If you cannot enable it but still prefer to do online expansion, you can:

  1. Login the node host the encrypted volume is attached to.
  2. Execute cryptsetup resize <volume name>. The passphrase this command requires is the field CRYPTO_KEY_VALUE of the corresponding secret.
  3. Expand the filesystem.

RWX volume

Longhorn currently does not support fully automatic expansion of the filesystem (NFS) for RWX volumes. You can expand the filesystem manually using one of the following methods:

Online
  1. Expand the block device of the RWX volume via PVC or UI.
  2. Identify the Share Manager pod of the RWX volume (typically named share-manager-<volume name>), and then run the filesystem expansion command in it.

    1. kubectl -n longhorn-system exec -it <the share manager pod> -- resize2fs /dev/longhorn/<volume name>

Important:
Online expansion is possible only for ext4 volumes.
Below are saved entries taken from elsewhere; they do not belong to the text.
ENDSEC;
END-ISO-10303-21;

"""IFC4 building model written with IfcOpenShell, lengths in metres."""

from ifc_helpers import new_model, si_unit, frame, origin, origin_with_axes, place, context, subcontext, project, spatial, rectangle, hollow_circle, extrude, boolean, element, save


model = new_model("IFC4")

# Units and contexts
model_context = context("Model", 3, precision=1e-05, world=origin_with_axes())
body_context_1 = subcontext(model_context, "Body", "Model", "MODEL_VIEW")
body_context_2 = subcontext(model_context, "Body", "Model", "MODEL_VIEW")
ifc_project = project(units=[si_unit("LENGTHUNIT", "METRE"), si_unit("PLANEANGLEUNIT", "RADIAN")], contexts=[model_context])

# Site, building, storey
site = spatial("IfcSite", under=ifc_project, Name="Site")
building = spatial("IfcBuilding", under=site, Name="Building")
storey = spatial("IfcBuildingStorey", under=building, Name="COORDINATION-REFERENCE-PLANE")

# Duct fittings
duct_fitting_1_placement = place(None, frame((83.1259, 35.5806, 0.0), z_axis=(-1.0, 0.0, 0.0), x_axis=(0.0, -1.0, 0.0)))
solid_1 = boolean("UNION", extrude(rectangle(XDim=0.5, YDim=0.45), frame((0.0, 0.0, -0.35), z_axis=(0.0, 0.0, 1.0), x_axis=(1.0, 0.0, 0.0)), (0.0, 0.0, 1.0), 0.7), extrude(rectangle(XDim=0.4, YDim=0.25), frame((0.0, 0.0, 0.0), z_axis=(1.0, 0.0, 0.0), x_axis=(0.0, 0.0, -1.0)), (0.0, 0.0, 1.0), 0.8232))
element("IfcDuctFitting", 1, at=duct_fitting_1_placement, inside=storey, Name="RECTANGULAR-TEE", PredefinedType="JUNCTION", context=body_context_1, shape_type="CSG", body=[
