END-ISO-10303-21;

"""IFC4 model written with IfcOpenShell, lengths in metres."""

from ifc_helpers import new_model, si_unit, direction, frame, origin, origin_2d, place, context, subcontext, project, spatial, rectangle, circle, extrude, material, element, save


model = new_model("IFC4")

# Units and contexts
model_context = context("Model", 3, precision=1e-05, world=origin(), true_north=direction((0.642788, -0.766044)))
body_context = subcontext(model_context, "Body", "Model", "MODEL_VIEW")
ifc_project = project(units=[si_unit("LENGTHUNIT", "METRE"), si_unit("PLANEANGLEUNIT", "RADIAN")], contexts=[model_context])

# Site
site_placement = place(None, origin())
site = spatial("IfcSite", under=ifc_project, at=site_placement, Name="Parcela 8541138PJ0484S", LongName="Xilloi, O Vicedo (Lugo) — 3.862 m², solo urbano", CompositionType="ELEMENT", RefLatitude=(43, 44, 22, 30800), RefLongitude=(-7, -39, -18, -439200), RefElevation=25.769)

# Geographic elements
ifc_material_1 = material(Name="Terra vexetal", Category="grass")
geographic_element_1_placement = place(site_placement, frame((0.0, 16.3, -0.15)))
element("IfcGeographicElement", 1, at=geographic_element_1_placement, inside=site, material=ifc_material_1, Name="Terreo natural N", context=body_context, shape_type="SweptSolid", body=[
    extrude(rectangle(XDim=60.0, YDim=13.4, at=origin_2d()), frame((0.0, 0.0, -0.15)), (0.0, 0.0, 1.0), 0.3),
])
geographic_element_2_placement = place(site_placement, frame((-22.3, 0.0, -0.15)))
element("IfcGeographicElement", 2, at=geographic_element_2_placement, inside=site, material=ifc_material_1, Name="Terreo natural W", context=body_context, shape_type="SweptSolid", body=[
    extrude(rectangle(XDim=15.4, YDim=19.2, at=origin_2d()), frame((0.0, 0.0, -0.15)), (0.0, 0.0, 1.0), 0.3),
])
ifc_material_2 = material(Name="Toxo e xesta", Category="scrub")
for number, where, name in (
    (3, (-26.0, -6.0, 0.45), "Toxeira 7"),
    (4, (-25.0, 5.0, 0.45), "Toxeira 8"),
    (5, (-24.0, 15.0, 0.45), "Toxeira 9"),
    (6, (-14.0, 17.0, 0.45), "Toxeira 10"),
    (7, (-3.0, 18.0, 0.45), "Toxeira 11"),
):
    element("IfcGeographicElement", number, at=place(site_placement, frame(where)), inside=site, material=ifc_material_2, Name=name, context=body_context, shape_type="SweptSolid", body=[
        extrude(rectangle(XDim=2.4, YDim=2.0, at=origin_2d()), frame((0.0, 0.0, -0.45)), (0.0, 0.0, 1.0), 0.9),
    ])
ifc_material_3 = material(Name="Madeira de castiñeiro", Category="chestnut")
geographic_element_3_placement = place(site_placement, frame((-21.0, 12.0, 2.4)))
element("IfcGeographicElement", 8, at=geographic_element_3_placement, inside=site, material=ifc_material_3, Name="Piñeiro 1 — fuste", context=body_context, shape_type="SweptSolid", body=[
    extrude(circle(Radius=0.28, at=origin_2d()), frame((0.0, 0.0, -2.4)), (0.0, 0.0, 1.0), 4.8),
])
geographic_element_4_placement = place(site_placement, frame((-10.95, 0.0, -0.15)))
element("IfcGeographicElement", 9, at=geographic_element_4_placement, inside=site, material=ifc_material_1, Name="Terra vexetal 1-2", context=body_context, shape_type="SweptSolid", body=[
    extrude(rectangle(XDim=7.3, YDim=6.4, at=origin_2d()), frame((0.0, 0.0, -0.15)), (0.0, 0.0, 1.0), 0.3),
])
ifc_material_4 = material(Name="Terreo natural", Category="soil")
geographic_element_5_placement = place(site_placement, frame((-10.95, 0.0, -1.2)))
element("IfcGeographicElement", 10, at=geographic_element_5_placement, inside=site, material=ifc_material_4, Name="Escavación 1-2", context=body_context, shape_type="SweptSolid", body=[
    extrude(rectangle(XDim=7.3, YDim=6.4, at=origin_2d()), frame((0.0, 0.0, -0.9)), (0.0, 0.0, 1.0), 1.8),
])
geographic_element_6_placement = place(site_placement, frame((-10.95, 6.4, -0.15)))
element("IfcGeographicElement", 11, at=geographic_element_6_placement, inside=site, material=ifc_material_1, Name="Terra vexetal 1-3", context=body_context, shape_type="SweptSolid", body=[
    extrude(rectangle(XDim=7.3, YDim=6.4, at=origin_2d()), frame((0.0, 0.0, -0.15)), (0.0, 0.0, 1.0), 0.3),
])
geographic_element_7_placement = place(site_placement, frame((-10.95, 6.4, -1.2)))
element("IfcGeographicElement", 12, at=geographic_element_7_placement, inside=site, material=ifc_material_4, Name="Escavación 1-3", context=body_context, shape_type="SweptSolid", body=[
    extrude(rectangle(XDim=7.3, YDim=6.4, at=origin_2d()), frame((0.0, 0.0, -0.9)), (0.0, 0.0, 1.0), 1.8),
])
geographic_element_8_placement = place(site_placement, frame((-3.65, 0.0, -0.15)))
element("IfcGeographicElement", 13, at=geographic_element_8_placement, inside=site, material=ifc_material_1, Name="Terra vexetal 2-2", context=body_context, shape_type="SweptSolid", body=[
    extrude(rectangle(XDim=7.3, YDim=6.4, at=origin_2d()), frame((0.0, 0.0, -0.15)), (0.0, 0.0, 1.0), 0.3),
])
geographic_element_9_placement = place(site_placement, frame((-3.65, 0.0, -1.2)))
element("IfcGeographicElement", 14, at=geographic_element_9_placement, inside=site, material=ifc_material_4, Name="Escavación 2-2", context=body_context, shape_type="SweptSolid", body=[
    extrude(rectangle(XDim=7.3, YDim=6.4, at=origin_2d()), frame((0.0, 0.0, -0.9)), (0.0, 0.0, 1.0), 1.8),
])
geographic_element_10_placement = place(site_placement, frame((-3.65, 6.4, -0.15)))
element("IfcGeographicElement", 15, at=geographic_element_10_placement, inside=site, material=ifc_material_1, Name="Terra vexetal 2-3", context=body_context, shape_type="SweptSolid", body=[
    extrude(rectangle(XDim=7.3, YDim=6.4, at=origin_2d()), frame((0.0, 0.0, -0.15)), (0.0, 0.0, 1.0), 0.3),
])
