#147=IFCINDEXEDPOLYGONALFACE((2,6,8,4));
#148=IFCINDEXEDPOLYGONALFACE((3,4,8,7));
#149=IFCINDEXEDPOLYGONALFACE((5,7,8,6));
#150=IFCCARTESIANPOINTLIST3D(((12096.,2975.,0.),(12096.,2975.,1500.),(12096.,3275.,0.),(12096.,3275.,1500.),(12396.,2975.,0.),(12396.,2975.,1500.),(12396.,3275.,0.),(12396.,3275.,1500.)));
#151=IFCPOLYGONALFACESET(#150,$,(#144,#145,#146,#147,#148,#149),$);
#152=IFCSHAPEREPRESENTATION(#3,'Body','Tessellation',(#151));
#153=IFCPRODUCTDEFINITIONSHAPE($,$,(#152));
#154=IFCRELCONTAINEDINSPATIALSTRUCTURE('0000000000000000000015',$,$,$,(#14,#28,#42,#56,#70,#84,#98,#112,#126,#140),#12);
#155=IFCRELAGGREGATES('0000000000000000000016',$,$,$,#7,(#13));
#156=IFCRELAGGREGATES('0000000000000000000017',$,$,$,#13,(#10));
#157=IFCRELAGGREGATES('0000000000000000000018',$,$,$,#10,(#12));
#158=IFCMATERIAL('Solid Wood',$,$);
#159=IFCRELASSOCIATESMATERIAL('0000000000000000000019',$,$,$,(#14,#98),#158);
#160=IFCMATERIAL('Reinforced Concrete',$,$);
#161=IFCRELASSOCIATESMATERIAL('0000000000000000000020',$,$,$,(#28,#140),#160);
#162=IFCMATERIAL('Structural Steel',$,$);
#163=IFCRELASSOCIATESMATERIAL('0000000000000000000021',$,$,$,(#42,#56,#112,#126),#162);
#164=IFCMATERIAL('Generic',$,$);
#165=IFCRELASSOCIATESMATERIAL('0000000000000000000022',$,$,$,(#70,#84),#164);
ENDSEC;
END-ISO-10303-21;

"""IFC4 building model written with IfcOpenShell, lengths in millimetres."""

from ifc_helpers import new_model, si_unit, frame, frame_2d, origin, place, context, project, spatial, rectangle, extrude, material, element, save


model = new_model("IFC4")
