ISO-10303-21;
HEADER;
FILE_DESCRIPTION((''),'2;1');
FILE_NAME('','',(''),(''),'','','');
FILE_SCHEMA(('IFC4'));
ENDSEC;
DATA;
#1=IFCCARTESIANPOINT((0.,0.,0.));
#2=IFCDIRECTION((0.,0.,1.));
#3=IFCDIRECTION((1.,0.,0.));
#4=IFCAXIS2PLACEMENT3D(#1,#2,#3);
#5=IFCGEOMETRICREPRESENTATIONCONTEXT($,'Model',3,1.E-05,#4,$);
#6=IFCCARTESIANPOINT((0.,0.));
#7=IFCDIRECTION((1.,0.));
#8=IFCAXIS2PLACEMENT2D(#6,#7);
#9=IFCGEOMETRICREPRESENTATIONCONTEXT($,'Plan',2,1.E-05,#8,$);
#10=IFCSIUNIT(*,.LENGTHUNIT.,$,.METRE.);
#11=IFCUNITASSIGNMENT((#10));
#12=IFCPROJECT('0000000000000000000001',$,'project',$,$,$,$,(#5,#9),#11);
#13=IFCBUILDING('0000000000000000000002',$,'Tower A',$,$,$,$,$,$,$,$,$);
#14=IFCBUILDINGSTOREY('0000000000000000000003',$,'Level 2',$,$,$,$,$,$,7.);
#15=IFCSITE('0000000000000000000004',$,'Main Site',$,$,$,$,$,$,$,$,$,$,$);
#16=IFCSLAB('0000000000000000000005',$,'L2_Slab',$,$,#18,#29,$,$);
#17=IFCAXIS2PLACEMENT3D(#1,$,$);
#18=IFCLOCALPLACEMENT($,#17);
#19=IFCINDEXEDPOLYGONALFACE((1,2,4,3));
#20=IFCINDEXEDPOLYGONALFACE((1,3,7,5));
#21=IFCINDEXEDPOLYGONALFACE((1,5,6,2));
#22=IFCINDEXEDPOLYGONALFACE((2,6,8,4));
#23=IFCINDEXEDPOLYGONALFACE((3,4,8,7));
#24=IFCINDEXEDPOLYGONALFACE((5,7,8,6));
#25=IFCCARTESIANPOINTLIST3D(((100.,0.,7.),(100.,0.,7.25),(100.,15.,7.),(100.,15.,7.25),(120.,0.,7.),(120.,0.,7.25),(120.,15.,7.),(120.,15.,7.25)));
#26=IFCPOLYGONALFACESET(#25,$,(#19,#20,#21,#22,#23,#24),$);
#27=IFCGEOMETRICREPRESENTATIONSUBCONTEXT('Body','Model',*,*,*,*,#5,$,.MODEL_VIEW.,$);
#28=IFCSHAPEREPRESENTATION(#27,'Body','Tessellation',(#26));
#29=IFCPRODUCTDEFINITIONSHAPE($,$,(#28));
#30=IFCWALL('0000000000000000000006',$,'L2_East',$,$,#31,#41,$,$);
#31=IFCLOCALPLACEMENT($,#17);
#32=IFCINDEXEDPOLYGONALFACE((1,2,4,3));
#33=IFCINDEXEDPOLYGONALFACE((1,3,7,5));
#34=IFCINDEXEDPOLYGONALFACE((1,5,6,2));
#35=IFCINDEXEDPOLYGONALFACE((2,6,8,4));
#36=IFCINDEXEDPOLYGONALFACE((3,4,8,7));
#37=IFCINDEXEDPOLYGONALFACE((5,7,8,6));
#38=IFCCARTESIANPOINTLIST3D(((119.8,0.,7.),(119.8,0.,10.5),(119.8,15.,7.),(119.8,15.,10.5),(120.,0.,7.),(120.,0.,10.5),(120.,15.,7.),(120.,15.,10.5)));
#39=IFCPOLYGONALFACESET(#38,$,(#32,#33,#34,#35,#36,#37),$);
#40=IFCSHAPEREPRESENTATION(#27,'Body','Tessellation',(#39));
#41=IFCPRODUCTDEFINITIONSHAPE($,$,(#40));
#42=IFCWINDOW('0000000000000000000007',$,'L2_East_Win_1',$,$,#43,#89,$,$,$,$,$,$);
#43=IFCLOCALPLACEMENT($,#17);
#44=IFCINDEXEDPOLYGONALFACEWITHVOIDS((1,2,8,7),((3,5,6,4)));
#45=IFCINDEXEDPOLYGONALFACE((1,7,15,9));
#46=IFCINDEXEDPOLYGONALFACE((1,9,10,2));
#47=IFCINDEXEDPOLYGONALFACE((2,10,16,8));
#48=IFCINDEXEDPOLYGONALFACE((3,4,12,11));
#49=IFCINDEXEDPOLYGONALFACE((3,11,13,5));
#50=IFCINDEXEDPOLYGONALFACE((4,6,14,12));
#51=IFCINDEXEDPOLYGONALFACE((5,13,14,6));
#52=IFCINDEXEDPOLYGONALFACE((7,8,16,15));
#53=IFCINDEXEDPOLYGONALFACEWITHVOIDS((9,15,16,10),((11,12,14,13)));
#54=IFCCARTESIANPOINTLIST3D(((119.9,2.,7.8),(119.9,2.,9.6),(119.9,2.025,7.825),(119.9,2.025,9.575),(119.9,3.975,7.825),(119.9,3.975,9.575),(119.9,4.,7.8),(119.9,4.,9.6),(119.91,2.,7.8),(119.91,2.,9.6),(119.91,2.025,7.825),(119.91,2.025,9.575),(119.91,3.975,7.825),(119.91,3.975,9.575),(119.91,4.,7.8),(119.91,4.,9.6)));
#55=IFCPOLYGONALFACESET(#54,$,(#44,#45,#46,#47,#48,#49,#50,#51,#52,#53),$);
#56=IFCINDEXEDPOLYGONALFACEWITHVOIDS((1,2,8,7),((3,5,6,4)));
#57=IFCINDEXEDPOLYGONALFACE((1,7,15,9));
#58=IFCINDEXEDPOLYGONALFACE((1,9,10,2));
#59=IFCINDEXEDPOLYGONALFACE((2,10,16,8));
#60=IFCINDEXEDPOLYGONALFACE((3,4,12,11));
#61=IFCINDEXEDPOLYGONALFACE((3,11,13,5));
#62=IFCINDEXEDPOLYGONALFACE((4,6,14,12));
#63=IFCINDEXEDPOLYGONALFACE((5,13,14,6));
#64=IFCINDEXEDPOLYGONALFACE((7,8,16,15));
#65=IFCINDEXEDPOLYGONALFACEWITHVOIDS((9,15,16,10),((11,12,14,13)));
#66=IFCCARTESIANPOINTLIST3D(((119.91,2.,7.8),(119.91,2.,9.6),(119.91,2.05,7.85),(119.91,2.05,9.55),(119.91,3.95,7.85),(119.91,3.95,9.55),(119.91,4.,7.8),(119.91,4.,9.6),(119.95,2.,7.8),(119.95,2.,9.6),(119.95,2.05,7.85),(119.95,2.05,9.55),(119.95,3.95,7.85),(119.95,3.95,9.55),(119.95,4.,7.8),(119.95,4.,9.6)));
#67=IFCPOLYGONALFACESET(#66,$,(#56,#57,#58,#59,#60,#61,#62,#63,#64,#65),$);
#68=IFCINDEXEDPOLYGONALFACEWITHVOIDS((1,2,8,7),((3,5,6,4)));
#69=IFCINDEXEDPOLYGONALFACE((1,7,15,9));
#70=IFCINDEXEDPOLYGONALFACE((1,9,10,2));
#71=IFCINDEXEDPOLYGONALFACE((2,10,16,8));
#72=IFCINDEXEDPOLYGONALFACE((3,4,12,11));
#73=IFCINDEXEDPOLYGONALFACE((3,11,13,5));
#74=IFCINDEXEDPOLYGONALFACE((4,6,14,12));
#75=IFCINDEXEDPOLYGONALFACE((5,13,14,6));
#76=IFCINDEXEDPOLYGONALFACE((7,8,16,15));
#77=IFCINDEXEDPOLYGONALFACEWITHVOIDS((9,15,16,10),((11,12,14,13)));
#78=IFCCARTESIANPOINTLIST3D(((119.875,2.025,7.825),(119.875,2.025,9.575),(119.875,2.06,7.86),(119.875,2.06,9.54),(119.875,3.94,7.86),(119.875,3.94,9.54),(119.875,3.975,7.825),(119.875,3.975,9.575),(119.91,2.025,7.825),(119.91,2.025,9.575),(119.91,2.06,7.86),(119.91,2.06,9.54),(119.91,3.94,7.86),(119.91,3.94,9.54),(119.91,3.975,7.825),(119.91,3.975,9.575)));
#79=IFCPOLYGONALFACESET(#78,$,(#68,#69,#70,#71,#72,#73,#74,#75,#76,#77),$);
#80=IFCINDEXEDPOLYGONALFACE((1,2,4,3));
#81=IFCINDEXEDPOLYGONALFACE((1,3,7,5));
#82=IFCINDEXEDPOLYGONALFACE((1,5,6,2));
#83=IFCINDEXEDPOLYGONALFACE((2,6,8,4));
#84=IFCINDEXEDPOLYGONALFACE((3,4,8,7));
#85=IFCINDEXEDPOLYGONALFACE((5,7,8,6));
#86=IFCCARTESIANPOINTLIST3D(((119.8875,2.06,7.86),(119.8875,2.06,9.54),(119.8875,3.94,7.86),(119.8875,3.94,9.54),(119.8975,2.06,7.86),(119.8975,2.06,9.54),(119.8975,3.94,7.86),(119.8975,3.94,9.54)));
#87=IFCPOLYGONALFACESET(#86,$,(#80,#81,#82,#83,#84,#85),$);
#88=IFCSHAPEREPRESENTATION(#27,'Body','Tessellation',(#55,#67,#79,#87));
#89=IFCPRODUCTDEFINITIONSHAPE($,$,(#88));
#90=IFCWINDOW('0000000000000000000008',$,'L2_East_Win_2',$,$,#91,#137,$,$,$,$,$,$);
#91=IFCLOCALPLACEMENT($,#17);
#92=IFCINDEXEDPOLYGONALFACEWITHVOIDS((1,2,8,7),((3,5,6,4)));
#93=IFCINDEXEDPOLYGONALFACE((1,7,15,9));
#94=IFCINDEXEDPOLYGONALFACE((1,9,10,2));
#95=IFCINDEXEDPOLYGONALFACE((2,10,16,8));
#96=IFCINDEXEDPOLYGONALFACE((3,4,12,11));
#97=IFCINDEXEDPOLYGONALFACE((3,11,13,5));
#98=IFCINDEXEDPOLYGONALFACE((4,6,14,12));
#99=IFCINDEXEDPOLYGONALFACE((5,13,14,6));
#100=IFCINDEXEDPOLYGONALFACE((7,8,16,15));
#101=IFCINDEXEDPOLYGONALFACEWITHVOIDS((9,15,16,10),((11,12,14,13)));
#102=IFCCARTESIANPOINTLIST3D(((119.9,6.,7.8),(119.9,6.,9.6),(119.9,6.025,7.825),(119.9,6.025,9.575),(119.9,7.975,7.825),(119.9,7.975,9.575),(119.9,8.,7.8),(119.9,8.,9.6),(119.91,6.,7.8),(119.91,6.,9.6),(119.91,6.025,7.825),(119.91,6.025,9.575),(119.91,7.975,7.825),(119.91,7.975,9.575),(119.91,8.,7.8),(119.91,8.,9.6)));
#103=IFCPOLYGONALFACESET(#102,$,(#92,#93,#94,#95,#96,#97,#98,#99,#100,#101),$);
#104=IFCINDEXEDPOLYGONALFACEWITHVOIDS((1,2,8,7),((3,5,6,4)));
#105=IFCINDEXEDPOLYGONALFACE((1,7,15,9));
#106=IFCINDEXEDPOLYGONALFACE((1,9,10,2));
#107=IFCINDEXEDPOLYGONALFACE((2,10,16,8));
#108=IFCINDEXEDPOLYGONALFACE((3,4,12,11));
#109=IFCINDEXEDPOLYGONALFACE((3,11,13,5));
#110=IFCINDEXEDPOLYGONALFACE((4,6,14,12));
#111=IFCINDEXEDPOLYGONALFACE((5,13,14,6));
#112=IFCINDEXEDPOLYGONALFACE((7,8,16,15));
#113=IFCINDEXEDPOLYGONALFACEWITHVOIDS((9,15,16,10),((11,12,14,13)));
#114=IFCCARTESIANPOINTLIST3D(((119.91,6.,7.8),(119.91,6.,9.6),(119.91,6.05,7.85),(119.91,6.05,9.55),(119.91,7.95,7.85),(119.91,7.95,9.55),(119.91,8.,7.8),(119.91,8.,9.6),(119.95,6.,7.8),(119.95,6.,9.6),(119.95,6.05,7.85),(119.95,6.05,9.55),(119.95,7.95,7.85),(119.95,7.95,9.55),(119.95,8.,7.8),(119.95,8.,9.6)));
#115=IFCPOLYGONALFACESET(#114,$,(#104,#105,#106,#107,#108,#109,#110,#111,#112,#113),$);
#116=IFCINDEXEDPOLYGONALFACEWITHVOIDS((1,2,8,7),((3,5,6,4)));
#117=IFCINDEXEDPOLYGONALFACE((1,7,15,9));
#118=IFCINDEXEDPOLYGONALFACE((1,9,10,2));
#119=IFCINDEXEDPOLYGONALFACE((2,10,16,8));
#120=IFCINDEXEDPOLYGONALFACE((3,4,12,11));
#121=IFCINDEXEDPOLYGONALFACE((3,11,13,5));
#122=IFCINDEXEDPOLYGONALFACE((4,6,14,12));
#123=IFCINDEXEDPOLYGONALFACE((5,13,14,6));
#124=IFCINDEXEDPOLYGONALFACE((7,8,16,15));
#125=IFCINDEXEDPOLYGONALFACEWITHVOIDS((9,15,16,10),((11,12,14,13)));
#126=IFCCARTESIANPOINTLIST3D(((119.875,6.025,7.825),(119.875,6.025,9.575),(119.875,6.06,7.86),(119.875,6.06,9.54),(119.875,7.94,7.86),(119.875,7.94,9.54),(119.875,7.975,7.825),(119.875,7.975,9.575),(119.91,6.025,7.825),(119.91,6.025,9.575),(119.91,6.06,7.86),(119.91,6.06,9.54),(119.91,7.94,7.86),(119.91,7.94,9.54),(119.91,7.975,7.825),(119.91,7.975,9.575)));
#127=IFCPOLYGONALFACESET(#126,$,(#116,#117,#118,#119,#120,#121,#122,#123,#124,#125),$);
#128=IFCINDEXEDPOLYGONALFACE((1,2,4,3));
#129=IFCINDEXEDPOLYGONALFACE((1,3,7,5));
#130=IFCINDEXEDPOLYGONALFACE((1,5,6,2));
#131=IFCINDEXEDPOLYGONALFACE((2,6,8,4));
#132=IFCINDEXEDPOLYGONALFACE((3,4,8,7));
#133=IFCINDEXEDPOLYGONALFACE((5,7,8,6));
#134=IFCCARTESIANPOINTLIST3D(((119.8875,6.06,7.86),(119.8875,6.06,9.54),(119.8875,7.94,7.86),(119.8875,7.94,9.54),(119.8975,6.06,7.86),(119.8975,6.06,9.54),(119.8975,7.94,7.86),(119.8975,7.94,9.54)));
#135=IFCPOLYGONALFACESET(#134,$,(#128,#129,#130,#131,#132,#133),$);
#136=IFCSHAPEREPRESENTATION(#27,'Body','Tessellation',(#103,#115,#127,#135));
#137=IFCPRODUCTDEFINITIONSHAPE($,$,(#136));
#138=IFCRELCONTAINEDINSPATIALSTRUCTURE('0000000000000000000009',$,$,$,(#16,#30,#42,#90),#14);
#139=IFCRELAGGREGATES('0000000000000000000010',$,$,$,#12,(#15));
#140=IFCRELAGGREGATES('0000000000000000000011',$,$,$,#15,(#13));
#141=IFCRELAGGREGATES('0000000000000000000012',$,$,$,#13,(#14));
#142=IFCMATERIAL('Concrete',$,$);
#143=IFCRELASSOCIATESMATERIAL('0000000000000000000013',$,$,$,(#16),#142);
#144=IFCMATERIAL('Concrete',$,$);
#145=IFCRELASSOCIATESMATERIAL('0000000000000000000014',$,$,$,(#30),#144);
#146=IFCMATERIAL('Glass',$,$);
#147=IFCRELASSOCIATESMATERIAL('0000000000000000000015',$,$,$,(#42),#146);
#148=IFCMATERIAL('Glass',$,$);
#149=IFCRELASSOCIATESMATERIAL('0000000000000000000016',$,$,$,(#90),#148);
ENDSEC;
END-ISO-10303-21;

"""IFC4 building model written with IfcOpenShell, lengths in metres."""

from ifc_helpers import new_model, si_unit, frame, origin_with_axes, origin_2d_with_axis, place, context, subcontext, project, spatial, line, indexed_curve, outline, extrude, material, element, fill, save


model = new_model("IFC4")

# Units and contexts
model_context = context("Model", 3, precision=1e-05, world=origin_with_axes())
plan_context = context("Plan", 2, precision=1e-05, world=origin_2d_with_axis())
body_context = subcontext(model_context, "Body", "Model", "MODEL_VIEW")
ifc_project = project(units=[si_unit("LENGTHUNIT", "METRE")], contexts=[model_context, plan_context])

# Site, building, storey
site = spatial("IfcSite", under=ifc_project, Name="Main Site")
building = spatial("IfcBuilding", under=site, Name="Tower A")
storey = spatial("IfcBuildingStorey", under=building, Name="Level 2", Elevation=7.0)

# Slab
ifc_material_1 = material(Name="Concrete")
slab_placement = place(None, frame((100.0, 0.0, 7.0), z_axis=(0.0, 0.0, 1.0), x_axis=(1.0, 0.0, 0.0)))
element("IfcSlab", 1, at=slab_placement, inside=storey, material=ifc_material_1, Name="L2_Slab", context=body_context, shape_type="SweptSolid", body=[
    extrude(outline(indexed_curve([(0.0, 0.0), (20.0, 0.0), (20.0, 15.0), (0.0, 15.0)])), None, (0.0, 0.0, 1.0), 0.25),
])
Attempts to manually expand xfs volumes with xfs_growfs may initially appear to be successful, but issues occur when the workload is scaled up and the volume is reattached. In particular, the pods become stuck in the ContainerCreating state, and the logs show an error message about attempts to mount the filesystem.

Offline
  1. Detach the RWX volume by scaling down the workload to replicas=0. Ensure that the volume is fully detached.

  2. After the scale command returns, run the following command and verify that the state is detached.

    1. kubectl -n longhorn-system get volume <volume-name>
  3. Expand the block device using either the PVC or the Longhorn UI.

  4. Scale up the workload.

The reattached volume will have the expanded size.